## WHAT THE TASK REQUIRES:
Among the lines of the listing below, count those with the string "IFCRELAGGREGATES". Give the number and no commentary.

## RECORDS FOR THIS EXERCISE:

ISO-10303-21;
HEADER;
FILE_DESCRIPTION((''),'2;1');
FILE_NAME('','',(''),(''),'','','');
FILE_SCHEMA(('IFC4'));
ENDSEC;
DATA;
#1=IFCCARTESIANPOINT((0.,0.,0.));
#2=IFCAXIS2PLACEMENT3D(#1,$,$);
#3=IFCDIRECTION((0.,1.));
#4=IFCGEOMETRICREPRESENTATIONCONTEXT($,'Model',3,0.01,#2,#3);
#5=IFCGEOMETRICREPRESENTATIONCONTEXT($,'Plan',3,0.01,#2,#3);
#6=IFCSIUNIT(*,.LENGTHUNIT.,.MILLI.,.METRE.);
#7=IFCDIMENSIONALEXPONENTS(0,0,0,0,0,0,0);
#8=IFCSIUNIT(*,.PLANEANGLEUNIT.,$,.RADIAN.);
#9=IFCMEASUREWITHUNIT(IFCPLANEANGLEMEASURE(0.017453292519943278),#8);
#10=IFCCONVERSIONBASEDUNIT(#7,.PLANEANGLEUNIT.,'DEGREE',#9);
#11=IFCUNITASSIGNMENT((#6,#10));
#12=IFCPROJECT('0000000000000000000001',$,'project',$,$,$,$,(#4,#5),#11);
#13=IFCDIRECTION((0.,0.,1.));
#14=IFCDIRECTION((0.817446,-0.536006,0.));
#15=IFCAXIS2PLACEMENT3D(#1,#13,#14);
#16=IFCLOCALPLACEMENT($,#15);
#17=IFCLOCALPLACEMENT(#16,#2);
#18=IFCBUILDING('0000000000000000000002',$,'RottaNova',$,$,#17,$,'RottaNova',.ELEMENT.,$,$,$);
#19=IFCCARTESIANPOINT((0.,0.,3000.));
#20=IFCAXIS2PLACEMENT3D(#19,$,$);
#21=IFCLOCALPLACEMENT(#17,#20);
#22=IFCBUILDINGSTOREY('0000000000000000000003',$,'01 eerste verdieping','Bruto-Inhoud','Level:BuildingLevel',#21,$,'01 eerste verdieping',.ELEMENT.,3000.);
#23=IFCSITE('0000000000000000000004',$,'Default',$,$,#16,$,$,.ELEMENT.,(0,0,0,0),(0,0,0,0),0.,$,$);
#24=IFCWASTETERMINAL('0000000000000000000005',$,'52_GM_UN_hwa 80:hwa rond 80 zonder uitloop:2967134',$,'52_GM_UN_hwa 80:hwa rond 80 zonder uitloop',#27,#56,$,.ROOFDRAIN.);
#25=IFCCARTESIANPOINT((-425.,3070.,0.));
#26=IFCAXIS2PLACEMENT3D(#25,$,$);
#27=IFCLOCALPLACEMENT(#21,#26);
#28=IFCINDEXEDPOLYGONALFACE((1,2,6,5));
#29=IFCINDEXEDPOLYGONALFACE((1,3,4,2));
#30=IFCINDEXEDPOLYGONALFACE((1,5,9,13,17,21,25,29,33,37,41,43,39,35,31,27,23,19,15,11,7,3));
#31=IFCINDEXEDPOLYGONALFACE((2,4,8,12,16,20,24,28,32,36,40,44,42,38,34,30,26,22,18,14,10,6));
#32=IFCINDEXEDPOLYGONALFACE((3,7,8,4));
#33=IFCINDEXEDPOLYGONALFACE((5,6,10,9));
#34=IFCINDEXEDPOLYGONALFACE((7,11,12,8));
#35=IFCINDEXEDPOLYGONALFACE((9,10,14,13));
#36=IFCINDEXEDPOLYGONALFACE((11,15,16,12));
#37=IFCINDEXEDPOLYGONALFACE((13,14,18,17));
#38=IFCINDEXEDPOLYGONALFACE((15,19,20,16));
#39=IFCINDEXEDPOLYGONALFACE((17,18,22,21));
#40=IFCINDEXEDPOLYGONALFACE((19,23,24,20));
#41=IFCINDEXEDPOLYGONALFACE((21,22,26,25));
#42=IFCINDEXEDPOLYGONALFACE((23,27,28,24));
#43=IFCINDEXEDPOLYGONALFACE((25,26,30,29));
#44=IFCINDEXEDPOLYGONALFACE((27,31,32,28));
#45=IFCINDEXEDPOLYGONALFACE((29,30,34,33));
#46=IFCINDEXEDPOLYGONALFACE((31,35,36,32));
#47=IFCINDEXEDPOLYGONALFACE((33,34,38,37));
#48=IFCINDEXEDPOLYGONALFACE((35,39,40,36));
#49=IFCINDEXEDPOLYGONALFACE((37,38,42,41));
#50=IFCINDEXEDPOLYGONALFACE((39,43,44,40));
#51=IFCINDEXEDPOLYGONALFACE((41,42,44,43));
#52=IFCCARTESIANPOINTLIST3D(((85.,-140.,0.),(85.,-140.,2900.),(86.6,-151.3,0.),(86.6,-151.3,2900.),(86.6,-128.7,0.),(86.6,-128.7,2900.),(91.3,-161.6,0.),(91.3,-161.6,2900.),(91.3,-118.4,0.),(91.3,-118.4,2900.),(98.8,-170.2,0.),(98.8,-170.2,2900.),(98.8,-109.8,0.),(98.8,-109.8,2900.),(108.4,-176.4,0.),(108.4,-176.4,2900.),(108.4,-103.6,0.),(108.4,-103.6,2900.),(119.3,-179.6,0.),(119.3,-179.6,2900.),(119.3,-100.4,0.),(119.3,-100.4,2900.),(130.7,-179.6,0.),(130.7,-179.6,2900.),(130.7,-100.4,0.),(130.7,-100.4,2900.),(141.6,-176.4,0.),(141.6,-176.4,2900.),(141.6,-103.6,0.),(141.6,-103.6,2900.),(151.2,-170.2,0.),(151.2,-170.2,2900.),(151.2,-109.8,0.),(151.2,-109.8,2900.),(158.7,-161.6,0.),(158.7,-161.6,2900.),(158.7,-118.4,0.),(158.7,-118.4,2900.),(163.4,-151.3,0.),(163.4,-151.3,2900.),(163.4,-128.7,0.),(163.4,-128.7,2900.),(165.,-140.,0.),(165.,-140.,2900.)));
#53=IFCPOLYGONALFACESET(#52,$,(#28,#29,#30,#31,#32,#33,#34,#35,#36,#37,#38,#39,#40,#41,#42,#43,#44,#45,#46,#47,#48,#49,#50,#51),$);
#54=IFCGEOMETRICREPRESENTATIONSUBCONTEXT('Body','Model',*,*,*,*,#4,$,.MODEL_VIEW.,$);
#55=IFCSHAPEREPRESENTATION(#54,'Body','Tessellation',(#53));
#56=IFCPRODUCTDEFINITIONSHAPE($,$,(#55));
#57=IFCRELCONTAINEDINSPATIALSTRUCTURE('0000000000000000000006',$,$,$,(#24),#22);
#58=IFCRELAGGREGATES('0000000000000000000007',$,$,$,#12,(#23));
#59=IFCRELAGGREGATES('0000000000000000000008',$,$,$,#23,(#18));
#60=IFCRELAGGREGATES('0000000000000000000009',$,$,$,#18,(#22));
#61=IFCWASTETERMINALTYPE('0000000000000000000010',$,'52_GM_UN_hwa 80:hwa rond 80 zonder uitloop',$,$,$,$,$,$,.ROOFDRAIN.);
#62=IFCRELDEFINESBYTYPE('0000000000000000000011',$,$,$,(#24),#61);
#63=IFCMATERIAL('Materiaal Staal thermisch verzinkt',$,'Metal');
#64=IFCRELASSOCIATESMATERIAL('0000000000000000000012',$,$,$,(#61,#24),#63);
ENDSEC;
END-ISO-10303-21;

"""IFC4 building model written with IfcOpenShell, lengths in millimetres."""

from ifc_helpers import new_model, entity, si_unit, converted_unit, direction, frame, origin, place, context, subcontext, project, spatial, arc, indexed_curve, outline, extrude, source, transform, mapped, material, type_object, type_shapes, element, save


model = new_model("IFC4")

# Units and contexts
model_context = context("Model", 3, precision=0.01, world=origin(), true_north=direction((0.0, 1.0)))
plan_context = context("Plan", 3, precision=0.01, world=origin(), true_north=direction((0.0, 1.0)))
body_context = subcontext(model_context, "Body", "Model", "MODEL_VIEW")
ifc_project = project(units=[si_unit("LENGTHUNIT", "METRE", prefix="MILLI"), converted_unit("PLANEANGLEUNIT", "DEGREE", entity("IfcPlaneAngleMeasure", 0.017453292519943278), si_unit("PLANEANGLEUNIT", "RADIAN"), dimensions=[0, 0, 0, 0, 0, 0, 0])], contexts=[model_context, plan_context])

# Site, building, storey
site_placement = place(None, frame((0.0, 0.0, 0.0), z_axis=(0.0, 0.0, 1.0), x_axis=(0.817446, -0.536006, 0.0)))
site = spatial("IfcSite", under=ifc_project, at=site_placement, Name="Default", CompositionType="ELEMENT", RefLatitude=(0, 0, 0, 0), RefLongitude=(0, 0, 0, 0), RefElevation=0.0)
building_placement = place(site_placement, origin())
building = spatial("IfcBuilding", under=site, at=building_placement, Name="RottaNova", LongName="RottaNova", CompositionType="ELEMENT")
storey_placement = place(building_placement, frame((0.0, 0.0, 3000.0)))
storey = spatial("IfcBuildingStorey", under=building, at=storey_placement, Name="01 eerste verdieping", Description="Bruto-Inhoud", ObjectType="Level:BuildingLevel", LongName="01 eerste verdieping", CompositionType="ELEMENT", Elevation=3000.0)

# Waste terminal
ifc_material_1 = material(Name="Materiaal Staal thermisch verzinkt", Category="Metal")
waste_terminal_type = type_object("IfcWasteTerminalType", Name="52_GM_UN_hwa 80:hwa rond 80 zonder uitloop", PredefinedType="ROOFDRAIN", material=ifc_material_1)
shared_shape_1 = source(origin(), body_context, "Body", "SweptSolid", [
    extrude(outline(indexed_curve([(-40.0, 0.0), (0.0, -40.0), (40.0, 0.0), (0.0, 40.0)], segments=[arc(1, 2, 3), arc(3, 4, 1)], self_intersect=False)), frame((125.0, -140.0, 0.0)), (0.0, 0.0, 1.0), 2900.0),
])
type_shapes(waste_terminal_type, [shared_shape_1])
waste_terminal_placement = place(storey_placement, frame((-425.0, 3070.0, 0.0)))
element("IfcWasteTerminal", 1, at=waste_terminal_placement, inside=storey, type_object=waste_terminal_type, material=ifc_material_1, Name="52_GM_UN_hwa 80:hwa rond 80 zonder uitloop:2967134", ObjectType="52_GM_UN_hwa 80:hwa rond 80 zonder uitloop", PredefinedType="ROOFDRAIN", context=body_context, shape_type="MappedRepresentation", body=[
    mapped(shared_shape_1, transform((0.0, 0.0, 0.0), scale=1.0)),
])

save(model, "model.ifc")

## ANSWER FOR THIS EXERCISE:
3